*Task requirements*.
Examine the data below and state how many lines contain "IFCROOF", offering no other words.

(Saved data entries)
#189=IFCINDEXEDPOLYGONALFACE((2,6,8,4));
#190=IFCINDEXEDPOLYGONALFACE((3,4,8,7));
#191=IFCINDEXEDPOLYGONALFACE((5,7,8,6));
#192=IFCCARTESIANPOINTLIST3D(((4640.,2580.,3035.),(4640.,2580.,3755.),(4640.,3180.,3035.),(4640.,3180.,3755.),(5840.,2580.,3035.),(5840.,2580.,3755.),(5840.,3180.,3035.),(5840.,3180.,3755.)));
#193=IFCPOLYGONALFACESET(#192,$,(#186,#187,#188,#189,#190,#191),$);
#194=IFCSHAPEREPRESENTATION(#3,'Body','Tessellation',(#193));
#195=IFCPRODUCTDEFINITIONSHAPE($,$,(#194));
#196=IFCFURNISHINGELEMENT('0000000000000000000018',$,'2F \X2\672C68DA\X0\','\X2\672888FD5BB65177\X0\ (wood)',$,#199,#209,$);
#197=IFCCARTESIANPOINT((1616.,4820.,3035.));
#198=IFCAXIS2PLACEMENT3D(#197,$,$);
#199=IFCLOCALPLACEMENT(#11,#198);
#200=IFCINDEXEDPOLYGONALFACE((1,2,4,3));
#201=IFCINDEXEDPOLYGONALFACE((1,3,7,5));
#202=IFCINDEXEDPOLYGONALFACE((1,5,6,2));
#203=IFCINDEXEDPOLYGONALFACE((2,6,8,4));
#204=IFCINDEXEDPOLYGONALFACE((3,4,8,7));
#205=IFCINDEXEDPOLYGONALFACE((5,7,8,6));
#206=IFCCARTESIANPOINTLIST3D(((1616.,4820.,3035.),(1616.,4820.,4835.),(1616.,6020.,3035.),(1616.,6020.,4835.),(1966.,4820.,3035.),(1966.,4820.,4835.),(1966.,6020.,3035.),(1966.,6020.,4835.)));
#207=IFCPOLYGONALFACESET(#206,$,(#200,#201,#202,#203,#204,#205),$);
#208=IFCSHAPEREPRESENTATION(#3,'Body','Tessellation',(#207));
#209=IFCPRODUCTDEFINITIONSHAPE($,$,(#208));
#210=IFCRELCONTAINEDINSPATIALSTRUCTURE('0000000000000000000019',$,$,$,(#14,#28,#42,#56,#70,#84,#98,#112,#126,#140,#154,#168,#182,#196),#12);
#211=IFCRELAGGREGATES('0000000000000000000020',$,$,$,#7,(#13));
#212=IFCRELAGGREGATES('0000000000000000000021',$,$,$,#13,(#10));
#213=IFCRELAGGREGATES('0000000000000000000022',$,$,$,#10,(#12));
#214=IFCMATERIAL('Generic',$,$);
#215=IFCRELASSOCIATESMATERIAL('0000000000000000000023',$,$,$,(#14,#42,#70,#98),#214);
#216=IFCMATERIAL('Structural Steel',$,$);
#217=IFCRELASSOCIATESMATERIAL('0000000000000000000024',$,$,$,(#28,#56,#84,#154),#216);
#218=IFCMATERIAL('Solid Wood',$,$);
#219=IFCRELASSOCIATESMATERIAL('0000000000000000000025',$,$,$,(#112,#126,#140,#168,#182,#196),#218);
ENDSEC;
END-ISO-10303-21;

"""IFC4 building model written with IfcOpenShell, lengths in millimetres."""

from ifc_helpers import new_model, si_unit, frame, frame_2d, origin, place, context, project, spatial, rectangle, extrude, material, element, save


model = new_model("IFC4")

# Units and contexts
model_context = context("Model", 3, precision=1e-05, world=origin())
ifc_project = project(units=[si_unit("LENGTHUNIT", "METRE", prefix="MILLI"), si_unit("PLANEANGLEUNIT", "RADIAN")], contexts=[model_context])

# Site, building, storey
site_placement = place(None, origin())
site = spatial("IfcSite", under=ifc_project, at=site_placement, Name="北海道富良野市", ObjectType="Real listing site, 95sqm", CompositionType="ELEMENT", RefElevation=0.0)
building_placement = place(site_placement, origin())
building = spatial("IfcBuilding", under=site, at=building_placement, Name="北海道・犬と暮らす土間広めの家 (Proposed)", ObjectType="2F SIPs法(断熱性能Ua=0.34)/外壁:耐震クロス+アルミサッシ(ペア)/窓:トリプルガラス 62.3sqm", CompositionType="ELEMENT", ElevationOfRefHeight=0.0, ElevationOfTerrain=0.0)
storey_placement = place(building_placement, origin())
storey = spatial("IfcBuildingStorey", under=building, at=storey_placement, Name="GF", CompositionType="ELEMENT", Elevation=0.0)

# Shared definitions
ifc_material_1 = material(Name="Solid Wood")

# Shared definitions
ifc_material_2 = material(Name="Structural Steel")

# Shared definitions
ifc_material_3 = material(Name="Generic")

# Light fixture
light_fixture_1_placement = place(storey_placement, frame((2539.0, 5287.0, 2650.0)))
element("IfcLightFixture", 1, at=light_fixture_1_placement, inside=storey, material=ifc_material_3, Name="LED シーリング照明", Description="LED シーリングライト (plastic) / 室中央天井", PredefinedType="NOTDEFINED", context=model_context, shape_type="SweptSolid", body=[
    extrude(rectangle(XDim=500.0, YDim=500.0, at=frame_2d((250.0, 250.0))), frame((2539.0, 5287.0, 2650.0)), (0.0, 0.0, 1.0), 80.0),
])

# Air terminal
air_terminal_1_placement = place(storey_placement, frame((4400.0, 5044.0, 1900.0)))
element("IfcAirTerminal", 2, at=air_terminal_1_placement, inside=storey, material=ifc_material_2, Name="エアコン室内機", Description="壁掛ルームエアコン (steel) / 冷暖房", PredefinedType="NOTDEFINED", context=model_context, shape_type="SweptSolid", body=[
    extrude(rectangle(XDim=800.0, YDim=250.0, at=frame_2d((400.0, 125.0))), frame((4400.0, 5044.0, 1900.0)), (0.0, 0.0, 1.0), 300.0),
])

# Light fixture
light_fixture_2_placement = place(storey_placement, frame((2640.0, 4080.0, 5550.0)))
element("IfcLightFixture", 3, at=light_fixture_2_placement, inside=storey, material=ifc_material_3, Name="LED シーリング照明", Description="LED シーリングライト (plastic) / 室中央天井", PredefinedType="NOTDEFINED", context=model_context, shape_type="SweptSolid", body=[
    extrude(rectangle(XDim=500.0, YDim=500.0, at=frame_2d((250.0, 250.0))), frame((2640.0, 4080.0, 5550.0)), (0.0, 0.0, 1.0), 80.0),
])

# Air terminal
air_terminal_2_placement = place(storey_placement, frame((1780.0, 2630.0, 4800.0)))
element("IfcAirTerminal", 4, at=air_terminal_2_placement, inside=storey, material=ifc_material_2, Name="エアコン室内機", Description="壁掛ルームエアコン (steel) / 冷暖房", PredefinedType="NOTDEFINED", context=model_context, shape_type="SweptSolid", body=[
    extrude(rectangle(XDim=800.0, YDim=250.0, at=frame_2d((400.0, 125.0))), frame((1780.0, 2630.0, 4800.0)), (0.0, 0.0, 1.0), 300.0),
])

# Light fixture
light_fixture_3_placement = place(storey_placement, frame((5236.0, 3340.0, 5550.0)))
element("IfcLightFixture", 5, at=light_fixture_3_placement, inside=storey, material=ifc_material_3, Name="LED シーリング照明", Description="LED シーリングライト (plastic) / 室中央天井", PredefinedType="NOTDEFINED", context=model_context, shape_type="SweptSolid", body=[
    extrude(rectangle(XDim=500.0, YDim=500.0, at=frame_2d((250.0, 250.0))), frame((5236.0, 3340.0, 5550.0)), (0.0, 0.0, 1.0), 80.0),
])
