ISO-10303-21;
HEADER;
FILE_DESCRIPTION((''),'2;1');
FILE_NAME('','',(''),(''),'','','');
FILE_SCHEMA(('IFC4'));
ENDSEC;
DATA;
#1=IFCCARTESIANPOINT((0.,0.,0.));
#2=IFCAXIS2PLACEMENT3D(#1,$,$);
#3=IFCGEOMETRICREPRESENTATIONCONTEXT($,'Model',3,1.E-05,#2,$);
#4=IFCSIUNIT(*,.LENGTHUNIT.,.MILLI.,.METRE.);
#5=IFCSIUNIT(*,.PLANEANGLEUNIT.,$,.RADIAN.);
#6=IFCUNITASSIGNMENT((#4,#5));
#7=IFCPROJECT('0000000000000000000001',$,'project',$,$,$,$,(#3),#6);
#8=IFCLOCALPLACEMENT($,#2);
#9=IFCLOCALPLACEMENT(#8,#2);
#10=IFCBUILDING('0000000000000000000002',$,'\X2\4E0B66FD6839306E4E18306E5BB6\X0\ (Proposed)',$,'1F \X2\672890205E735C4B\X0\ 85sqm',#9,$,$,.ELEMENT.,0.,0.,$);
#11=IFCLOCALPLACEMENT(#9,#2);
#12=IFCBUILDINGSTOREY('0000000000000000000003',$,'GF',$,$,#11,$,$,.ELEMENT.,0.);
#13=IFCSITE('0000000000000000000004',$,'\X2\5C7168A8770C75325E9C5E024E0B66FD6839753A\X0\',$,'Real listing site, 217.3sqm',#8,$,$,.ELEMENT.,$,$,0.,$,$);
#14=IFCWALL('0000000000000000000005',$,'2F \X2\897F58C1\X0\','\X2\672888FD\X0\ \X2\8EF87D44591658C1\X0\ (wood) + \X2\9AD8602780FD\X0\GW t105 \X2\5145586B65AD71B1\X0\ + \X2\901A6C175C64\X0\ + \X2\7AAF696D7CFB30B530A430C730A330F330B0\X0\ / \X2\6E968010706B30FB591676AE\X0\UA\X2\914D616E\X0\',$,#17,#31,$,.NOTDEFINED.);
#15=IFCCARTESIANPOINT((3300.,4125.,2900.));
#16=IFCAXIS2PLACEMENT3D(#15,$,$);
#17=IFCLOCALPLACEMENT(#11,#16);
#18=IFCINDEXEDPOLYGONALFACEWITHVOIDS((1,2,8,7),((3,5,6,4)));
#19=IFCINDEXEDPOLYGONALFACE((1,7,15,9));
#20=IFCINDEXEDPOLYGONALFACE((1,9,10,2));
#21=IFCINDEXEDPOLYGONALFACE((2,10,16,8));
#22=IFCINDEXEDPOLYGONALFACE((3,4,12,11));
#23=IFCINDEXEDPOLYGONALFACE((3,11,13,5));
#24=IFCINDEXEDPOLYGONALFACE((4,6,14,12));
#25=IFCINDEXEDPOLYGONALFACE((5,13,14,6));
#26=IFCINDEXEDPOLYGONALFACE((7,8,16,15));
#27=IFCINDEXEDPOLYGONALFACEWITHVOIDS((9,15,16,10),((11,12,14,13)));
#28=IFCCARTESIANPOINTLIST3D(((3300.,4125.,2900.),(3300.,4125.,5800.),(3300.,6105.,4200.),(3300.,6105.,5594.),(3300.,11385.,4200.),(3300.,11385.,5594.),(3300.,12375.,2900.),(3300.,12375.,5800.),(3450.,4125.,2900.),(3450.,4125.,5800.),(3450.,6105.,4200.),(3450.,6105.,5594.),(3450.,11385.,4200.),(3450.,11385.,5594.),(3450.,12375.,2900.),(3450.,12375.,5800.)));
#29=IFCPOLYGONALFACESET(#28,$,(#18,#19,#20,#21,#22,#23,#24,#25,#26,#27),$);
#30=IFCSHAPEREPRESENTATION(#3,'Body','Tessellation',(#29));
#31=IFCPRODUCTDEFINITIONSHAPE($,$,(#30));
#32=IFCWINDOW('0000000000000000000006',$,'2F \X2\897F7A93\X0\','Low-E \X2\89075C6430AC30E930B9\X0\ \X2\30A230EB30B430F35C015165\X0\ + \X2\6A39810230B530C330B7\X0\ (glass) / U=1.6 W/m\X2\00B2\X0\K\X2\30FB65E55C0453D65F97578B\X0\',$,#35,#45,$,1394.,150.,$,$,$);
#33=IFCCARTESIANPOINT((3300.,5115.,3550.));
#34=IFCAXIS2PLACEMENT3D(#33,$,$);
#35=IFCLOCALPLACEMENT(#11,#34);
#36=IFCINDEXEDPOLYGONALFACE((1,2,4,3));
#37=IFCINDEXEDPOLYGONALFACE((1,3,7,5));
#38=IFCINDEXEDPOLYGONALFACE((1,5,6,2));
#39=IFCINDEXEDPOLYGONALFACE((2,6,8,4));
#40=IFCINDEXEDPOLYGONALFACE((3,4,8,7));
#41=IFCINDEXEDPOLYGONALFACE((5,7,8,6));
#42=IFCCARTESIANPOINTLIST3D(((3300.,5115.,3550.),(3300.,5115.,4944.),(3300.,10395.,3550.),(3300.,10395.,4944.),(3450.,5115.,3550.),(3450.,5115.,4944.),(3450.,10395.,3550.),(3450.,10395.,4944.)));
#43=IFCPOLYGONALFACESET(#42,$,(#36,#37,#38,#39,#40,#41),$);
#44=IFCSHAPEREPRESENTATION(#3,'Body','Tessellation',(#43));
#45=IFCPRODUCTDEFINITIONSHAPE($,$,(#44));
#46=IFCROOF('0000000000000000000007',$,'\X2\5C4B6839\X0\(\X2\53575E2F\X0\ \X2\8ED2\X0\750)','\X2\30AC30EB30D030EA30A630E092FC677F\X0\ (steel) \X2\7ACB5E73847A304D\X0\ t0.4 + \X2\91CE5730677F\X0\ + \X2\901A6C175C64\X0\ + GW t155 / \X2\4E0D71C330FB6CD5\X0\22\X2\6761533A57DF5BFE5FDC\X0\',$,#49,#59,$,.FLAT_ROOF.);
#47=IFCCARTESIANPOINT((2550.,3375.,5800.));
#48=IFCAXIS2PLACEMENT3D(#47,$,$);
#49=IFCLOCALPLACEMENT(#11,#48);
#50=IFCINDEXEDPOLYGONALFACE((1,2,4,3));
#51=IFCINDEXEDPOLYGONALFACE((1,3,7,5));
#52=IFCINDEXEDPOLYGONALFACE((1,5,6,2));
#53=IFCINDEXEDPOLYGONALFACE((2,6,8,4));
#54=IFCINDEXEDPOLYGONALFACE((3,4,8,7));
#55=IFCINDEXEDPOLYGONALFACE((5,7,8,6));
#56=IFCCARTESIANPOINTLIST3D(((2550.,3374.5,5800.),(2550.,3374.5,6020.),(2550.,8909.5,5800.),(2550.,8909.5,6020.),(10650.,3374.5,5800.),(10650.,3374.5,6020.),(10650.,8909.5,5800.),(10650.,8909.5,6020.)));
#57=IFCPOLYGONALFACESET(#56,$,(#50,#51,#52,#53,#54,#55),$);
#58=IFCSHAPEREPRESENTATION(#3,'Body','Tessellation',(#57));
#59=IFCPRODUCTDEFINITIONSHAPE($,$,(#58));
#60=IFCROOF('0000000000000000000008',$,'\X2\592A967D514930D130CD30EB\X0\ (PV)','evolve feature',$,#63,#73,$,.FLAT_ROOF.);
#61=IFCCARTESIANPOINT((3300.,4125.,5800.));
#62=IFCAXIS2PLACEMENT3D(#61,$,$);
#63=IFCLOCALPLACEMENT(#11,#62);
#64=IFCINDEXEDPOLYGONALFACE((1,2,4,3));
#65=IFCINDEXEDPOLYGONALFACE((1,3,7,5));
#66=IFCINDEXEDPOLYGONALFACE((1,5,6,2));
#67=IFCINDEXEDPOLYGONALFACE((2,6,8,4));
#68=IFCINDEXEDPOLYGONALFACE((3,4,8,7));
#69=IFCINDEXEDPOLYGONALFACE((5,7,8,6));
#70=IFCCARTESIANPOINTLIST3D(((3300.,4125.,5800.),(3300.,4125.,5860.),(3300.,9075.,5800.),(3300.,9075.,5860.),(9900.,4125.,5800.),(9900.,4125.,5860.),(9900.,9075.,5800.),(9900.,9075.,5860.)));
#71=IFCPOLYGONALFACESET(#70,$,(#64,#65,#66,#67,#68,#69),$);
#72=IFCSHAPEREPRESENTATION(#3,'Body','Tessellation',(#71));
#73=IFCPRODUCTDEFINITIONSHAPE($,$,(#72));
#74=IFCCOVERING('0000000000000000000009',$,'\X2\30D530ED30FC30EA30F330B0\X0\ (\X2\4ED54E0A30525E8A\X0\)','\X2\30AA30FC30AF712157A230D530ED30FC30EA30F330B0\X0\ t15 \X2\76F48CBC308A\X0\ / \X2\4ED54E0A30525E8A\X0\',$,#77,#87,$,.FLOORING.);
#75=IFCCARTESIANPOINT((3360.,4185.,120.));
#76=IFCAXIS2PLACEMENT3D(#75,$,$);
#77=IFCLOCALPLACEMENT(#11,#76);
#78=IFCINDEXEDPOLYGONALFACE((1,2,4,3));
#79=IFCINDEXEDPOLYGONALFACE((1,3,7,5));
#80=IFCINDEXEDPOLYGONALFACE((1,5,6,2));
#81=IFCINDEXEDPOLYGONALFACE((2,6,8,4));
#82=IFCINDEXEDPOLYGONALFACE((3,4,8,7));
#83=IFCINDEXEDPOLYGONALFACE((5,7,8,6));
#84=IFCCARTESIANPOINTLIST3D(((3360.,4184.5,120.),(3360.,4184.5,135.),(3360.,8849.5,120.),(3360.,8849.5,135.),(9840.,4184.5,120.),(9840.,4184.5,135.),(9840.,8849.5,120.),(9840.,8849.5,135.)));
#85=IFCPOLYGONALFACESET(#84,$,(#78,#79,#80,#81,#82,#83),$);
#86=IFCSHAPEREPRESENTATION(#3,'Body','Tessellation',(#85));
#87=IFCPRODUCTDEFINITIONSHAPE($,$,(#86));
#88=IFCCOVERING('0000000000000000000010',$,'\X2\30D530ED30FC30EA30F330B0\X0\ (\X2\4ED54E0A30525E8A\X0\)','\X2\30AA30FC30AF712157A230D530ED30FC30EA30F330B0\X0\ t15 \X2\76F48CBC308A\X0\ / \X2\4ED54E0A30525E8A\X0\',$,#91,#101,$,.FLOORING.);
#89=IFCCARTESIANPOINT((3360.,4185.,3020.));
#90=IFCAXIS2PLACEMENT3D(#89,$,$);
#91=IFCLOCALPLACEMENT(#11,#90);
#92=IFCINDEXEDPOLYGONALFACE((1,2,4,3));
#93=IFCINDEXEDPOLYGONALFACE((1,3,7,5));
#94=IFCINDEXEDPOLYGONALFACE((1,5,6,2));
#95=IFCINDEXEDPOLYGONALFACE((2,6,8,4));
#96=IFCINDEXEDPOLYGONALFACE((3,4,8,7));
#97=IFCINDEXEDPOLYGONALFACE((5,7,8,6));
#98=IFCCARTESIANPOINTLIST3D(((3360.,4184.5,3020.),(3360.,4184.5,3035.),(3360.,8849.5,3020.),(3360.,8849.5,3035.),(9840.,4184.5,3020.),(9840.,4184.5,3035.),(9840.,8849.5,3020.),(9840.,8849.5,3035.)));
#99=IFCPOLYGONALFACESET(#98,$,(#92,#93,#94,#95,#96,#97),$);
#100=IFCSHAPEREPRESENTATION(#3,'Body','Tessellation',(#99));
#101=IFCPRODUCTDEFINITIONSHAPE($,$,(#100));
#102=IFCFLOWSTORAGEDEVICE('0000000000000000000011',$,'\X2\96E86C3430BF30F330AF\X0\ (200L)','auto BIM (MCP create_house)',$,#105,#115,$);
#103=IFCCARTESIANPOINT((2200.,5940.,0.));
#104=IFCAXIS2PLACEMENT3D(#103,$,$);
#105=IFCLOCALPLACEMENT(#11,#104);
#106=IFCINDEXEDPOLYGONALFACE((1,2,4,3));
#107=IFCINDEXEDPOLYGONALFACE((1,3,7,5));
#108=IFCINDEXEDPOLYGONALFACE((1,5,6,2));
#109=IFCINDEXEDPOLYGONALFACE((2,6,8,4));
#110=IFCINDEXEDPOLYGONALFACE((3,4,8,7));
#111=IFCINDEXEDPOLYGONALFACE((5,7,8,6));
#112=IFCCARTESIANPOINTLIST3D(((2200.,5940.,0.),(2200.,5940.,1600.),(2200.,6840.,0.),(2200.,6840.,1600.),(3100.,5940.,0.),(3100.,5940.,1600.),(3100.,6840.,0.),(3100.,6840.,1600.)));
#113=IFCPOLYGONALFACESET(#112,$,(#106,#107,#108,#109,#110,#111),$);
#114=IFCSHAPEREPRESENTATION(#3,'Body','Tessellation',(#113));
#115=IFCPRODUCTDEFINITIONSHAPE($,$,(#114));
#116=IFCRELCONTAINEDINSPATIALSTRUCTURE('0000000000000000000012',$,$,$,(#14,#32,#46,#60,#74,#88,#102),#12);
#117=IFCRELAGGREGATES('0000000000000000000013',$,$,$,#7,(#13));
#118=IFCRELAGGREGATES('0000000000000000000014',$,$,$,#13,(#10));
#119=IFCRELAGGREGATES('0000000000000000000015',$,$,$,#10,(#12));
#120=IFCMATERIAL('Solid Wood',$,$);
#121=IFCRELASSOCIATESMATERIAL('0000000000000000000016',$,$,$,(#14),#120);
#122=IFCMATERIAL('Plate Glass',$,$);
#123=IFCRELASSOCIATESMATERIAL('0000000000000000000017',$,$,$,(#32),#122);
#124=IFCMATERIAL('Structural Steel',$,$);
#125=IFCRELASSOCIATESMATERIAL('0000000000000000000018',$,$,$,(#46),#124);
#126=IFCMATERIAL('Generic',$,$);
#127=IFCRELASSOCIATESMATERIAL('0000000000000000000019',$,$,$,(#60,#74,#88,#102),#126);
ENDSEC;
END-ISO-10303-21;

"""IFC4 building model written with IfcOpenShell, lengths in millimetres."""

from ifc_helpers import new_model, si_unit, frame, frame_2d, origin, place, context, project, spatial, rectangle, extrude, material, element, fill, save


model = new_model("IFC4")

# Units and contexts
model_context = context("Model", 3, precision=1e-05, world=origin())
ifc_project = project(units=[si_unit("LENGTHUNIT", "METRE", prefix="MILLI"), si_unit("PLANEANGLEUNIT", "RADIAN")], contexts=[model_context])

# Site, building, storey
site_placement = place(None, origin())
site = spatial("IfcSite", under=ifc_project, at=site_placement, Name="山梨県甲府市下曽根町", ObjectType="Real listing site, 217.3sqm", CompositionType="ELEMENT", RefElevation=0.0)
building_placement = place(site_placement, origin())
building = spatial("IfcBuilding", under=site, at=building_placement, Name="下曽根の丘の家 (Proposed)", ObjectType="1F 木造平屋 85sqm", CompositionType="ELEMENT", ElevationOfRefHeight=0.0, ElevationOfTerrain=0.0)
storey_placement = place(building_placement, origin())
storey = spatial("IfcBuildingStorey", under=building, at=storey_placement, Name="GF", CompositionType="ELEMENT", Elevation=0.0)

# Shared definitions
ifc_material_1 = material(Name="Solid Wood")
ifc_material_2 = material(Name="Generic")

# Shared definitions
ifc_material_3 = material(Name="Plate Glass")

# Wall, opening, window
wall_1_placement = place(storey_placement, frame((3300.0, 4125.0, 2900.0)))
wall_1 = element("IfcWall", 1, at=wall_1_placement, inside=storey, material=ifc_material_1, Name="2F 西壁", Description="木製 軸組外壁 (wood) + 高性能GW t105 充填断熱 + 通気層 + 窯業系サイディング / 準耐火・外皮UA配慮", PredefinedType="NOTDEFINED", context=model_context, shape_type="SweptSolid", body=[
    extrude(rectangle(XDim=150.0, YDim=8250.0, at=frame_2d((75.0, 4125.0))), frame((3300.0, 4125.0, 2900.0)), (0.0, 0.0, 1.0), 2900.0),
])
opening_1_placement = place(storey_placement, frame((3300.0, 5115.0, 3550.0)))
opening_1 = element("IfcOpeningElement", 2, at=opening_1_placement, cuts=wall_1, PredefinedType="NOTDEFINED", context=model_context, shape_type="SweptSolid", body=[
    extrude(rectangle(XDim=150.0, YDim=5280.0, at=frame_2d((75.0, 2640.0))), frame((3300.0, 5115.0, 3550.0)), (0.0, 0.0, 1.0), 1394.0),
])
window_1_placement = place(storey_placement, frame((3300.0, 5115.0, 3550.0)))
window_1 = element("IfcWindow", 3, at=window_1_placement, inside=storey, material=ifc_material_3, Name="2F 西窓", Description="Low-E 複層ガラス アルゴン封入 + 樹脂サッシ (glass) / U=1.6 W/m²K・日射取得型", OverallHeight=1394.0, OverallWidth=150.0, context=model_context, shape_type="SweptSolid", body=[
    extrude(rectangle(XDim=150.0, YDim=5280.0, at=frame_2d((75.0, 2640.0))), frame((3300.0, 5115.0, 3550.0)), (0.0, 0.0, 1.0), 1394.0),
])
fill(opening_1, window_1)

*Reply to the task*.
2